News & Insights
Maryland Enacts Paid Leave Statute
April 12, 2022
On April 9, 2022, the Maryland Legislature voted to override Governor Larry Hogan’s veto of Senate Bill 275 and passed The Time to Care Act (“the Act”), which allows Maryland workers to take up to 12 weeks of partially paid, job-protected family and medical leave. The Act establishes a Family and Medical Leave Insurance Fund (“the Fund”), to which all employees of an employer, employers with 15 or more employees, and self-employed individuals that elect to participate, are required to contribute.
Although the Act takes effect on June 1, 2022, the Secretary of Labor shall set the applicable contribution rates for employers and employees on or before June 1, 2023 and contributions to the Fund will begin on October 1, 2023. Covered employees may begin submitting claims to receive benefits from the Fund on or after January 1, 2025.
Maryland workers covered by the Act include any employee who has worked at least 680 hours over the 12-month period immediately preceding the date on which leave is scheduled to begin, or, a self-employed individual who elects to participate in the program.
Covered workers are entitled to up to 12 weeks of paid leave in the 12-month period beginning on the first day of the week in which the employee applies for benefits. An exception to this rule exists for those employees that qualify for both parental leave and medical leave for the employee’s own serious health condition. In such circumstances, an employee is eligible for up to an additional 12 weeks of leave in the same application year.

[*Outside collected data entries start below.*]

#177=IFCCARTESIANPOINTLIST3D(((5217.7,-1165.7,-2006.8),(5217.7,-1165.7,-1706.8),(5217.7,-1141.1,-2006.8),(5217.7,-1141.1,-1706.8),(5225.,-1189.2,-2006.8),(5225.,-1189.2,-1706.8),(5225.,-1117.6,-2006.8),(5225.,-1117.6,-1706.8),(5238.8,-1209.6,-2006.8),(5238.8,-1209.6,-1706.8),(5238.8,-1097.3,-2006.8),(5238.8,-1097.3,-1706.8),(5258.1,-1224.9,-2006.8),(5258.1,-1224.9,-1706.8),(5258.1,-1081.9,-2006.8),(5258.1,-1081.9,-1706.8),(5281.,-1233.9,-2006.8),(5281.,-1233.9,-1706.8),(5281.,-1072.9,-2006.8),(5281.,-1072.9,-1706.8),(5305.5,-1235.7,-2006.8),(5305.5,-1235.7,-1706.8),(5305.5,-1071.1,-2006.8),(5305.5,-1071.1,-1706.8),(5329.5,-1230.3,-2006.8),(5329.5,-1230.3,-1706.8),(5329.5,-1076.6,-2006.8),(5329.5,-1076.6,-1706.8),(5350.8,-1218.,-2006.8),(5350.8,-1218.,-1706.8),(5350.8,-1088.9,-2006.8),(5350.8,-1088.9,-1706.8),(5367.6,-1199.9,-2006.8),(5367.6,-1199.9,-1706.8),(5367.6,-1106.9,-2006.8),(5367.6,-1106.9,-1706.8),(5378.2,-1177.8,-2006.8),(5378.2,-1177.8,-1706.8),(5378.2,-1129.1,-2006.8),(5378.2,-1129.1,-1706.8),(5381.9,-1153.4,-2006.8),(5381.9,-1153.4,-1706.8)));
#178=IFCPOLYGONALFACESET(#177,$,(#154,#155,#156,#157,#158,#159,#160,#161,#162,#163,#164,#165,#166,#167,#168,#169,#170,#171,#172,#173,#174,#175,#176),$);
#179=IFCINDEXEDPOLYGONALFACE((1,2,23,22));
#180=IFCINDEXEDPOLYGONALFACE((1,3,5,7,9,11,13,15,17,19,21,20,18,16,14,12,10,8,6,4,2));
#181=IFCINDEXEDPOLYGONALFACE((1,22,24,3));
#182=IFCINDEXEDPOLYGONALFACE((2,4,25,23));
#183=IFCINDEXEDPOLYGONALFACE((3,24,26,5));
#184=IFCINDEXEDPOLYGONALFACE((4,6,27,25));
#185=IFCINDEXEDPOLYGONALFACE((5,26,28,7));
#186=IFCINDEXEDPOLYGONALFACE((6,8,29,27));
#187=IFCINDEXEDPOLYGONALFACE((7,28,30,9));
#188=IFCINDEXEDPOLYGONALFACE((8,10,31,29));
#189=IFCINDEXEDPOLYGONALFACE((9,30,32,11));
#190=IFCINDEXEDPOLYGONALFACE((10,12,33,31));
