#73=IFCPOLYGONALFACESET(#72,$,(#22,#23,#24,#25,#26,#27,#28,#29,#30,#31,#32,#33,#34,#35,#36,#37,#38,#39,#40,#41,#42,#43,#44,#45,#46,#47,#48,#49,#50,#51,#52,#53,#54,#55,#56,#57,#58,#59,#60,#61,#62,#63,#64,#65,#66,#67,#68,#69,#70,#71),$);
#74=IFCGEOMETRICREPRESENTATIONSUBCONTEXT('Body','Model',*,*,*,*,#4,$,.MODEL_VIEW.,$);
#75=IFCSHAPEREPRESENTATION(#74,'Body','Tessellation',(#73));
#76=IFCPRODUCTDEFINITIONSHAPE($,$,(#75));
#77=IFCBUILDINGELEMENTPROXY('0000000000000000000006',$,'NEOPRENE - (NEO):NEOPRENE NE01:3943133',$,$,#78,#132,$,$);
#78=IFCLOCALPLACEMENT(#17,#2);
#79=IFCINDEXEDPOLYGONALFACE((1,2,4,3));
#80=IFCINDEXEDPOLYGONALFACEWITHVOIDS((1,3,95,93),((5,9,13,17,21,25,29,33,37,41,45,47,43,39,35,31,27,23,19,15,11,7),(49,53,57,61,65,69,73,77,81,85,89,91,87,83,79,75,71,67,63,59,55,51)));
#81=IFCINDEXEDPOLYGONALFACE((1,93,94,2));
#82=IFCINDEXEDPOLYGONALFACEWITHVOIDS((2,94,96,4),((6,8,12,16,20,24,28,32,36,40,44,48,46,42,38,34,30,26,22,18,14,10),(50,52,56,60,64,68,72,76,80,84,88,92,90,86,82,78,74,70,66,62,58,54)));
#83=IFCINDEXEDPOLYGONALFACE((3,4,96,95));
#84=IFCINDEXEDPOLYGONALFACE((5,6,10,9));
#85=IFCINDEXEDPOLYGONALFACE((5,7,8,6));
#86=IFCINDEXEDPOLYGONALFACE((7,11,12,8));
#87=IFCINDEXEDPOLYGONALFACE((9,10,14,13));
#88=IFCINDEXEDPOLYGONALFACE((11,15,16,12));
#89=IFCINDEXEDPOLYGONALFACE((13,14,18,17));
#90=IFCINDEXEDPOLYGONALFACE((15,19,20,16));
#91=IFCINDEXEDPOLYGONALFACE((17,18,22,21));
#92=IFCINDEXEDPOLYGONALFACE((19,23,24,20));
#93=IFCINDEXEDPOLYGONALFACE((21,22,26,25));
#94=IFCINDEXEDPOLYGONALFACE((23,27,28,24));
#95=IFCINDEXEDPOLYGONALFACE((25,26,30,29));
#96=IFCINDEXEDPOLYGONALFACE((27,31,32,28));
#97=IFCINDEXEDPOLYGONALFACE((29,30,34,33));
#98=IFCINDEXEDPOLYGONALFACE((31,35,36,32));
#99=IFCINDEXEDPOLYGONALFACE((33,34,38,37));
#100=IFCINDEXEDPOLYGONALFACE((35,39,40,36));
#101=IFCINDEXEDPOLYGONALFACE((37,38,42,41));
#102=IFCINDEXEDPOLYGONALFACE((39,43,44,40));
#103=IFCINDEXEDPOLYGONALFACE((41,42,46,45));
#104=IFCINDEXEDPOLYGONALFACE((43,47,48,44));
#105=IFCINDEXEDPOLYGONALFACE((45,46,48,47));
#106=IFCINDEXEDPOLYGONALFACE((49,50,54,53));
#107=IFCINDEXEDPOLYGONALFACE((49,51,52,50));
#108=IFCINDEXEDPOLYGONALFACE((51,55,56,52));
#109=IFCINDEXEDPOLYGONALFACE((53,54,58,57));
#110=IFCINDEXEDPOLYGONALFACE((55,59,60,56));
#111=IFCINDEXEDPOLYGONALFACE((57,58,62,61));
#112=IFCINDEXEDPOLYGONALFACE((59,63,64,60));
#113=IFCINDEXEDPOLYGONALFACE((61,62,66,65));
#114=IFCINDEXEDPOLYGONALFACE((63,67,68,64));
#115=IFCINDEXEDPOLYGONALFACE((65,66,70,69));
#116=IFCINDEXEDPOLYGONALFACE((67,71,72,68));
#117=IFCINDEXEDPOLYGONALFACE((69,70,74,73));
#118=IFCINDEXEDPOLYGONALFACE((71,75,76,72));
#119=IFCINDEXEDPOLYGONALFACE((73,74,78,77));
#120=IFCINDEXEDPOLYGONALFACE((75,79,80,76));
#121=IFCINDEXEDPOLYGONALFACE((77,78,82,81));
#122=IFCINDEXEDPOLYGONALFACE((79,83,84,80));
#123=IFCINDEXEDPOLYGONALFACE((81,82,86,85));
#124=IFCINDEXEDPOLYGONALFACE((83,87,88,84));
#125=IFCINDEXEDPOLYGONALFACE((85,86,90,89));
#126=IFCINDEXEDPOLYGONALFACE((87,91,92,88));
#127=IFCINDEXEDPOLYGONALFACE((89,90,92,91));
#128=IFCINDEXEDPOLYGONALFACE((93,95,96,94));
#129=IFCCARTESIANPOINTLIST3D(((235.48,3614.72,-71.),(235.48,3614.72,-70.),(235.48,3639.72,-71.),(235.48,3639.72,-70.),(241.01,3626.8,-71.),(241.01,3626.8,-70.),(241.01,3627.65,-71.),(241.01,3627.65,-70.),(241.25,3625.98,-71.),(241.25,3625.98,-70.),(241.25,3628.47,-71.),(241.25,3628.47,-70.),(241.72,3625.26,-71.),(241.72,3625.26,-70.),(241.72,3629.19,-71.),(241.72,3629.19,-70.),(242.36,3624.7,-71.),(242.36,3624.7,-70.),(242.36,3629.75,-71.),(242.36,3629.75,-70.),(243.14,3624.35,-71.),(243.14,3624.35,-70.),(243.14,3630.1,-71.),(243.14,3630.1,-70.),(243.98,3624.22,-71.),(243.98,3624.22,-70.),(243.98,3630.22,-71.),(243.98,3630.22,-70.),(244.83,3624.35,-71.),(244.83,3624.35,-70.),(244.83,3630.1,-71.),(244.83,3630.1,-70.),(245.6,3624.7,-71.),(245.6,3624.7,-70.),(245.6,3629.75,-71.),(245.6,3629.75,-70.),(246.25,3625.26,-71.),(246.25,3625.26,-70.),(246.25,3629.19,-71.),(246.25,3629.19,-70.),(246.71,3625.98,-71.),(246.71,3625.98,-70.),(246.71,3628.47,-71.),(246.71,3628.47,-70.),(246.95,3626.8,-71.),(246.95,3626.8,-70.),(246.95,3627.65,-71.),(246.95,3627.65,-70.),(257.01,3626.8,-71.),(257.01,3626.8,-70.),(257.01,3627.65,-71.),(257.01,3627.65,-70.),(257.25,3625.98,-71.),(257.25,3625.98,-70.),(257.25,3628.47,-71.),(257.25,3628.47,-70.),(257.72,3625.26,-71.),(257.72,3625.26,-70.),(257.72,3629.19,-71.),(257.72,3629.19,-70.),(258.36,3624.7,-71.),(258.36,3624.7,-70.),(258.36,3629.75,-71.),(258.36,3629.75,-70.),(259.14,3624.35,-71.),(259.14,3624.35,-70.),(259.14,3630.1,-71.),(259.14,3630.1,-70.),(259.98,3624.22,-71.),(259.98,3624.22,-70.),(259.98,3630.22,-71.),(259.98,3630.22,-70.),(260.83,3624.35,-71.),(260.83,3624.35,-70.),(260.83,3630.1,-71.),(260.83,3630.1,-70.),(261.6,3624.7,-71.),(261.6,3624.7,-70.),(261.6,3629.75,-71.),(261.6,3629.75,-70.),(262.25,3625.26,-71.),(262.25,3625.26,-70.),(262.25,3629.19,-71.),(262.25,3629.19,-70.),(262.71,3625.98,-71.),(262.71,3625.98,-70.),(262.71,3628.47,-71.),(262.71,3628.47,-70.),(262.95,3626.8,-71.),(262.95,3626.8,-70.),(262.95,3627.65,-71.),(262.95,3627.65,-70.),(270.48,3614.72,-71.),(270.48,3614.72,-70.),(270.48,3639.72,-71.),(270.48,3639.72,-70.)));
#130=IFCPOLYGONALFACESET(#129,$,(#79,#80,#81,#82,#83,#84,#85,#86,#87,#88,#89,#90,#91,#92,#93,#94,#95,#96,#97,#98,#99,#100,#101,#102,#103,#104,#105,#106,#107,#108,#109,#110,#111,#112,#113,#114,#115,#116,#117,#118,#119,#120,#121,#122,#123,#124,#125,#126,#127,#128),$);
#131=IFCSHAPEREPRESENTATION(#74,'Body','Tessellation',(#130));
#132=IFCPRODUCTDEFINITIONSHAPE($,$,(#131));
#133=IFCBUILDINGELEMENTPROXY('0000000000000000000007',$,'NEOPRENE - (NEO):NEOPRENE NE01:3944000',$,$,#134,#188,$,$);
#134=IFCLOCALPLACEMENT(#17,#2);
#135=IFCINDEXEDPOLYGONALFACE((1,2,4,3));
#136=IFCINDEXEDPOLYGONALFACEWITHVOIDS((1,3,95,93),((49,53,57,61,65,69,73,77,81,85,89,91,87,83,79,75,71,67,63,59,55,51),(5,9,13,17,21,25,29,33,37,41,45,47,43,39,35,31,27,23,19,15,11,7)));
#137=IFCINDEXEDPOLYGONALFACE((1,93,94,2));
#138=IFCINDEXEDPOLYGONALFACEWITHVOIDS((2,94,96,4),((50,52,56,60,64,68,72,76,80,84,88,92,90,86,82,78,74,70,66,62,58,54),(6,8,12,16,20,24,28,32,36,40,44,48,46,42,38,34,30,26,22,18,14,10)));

Employees are eligible for benefits under the Act for the following reasons: (1) to care for a newborn child or a child placed for adoption, foster care, or kinship care during the first year after the birth, adoption, or placement; (2) to care for a family member with a serious health condition; (3) for the employee’s own serious health condition that resulted in the employee’s inability to perform the functions of the employee’s job; (4) to care for an employee’s next of kin who is a service member with a serious health condition; or (5) for a qualifying exigency arising out of the deployment of a family member in the armed forces.
A ”family member” under the Act includes a covered employee’s child, parent, spouse, grandparent, grandchild, or sibling, including all biological, adopted, foster, step-, or legal guardians or custodians.

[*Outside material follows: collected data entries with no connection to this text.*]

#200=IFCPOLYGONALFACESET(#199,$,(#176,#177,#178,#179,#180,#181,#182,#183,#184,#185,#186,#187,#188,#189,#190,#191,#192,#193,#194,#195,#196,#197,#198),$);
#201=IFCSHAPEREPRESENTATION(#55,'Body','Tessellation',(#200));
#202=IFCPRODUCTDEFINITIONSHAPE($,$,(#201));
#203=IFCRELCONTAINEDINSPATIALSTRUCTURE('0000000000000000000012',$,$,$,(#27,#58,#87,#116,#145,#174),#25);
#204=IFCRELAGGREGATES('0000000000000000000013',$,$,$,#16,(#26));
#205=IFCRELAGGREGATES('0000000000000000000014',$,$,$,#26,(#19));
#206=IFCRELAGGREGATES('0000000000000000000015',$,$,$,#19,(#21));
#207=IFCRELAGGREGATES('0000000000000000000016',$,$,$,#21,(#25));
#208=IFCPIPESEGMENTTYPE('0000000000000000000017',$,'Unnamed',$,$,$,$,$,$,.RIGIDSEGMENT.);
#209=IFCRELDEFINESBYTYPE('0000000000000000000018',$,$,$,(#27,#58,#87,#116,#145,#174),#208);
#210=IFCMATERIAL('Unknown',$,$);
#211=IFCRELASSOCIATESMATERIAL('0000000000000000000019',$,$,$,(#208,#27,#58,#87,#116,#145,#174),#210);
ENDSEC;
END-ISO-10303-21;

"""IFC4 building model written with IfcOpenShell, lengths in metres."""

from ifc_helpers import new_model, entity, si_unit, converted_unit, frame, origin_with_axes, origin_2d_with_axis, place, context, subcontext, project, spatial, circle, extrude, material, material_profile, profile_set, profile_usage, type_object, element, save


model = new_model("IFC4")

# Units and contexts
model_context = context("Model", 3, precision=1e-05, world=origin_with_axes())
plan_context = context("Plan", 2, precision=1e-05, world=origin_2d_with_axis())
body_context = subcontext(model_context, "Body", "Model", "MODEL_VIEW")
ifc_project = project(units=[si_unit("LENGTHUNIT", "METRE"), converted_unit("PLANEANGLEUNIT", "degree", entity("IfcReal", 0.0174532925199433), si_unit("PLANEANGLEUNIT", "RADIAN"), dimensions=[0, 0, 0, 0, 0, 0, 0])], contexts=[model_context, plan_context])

The Act provides for replacement wages on a sliding scale, with up to 90% wage replacement for those employees whose average weekly wage is less than 65% of the State average weekly wage, and a maximum benefit amount of $1,000 per week. This weekly cap will be adjusted annually starting in 2026.

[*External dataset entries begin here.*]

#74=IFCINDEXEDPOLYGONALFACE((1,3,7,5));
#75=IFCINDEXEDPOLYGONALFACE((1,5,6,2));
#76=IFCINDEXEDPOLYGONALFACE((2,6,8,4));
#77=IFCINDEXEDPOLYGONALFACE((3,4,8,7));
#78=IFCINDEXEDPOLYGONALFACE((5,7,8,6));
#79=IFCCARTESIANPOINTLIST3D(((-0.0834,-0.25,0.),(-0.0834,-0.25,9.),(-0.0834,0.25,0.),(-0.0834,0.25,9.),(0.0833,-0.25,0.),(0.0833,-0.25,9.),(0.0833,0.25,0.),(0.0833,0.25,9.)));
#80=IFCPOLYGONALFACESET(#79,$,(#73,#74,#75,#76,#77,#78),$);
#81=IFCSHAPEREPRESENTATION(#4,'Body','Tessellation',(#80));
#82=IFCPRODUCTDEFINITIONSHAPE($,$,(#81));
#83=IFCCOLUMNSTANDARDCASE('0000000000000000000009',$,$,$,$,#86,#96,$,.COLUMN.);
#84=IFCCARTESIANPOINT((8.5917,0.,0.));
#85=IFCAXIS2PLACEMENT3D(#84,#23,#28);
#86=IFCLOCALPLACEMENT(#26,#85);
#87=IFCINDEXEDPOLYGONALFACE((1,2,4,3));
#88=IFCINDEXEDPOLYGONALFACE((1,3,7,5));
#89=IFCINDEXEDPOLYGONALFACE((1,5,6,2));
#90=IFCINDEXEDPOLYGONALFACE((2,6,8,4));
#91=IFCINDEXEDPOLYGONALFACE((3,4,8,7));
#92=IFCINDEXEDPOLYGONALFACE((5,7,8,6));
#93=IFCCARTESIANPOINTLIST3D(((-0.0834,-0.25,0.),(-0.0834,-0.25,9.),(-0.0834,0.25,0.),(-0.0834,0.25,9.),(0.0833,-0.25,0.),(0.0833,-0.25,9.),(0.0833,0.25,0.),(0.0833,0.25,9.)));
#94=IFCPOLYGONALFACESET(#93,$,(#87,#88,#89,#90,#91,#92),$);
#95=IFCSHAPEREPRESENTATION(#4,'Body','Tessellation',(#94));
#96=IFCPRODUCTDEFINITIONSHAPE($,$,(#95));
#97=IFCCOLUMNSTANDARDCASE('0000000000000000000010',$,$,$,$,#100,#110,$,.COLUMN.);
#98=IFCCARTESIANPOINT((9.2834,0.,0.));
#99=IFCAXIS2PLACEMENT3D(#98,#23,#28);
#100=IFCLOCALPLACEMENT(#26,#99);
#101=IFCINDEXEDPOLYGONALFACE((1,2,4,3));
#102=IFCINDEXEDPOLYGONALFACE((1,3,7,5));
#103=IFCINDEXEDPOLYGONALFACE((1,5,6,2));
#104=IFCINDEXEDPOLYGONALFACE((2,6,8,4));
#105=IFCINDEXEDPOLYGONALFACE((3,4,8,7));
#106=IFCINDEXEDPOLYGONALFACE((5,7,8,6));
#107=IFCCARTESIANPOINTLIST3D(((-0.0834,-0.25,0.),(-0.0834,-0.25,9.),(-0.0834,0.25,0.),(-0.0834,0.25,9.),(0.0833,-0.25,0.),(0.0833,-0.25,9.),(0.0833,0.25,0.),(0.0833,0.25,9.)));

The Act also contemplates that an employee’s job is protected while out on leave pursuant to the Act, and that an employer is required to maintain the employee’s health benefits during any leave, consistent with the requirements under the federal Family Medical Leave Act.
The Act further requires that covered employers provide each employee of the rights and duties an employee has under the Act at the time of hire and each year thereafter.
The Act obviously will increase costs for employers in Maryland. In addition, there are a number of ambiguities that need to be worked out. Among the ambiguities is which employers and employees are covered by the Act. In this regard, contributions to the Fund shall be made by “each employee of an employer, each employer with 15 or more employees, and each self-employed individual participating in the program.” An “employer” is defined in the Act as “a person or governmental entity that employs at least one individual in the State.” This definition of employer is very similar to the definition of employer under Maryland Wage Payment and Collection Law (“MWPCL”). There has been some litigation under the MWPCL regarding what it means to be “employed in the State,” with certain individuals claiming protection under the MWPCL (and prevailing) even though they worked primarily in another state and “worked in the State” only sporadically. The few courts that have addressed whether employees employed primarily in other states are covered by the MWPCL have acknowledged that the Maryland Court of Appeals has not given any clear guidance on the issue yet.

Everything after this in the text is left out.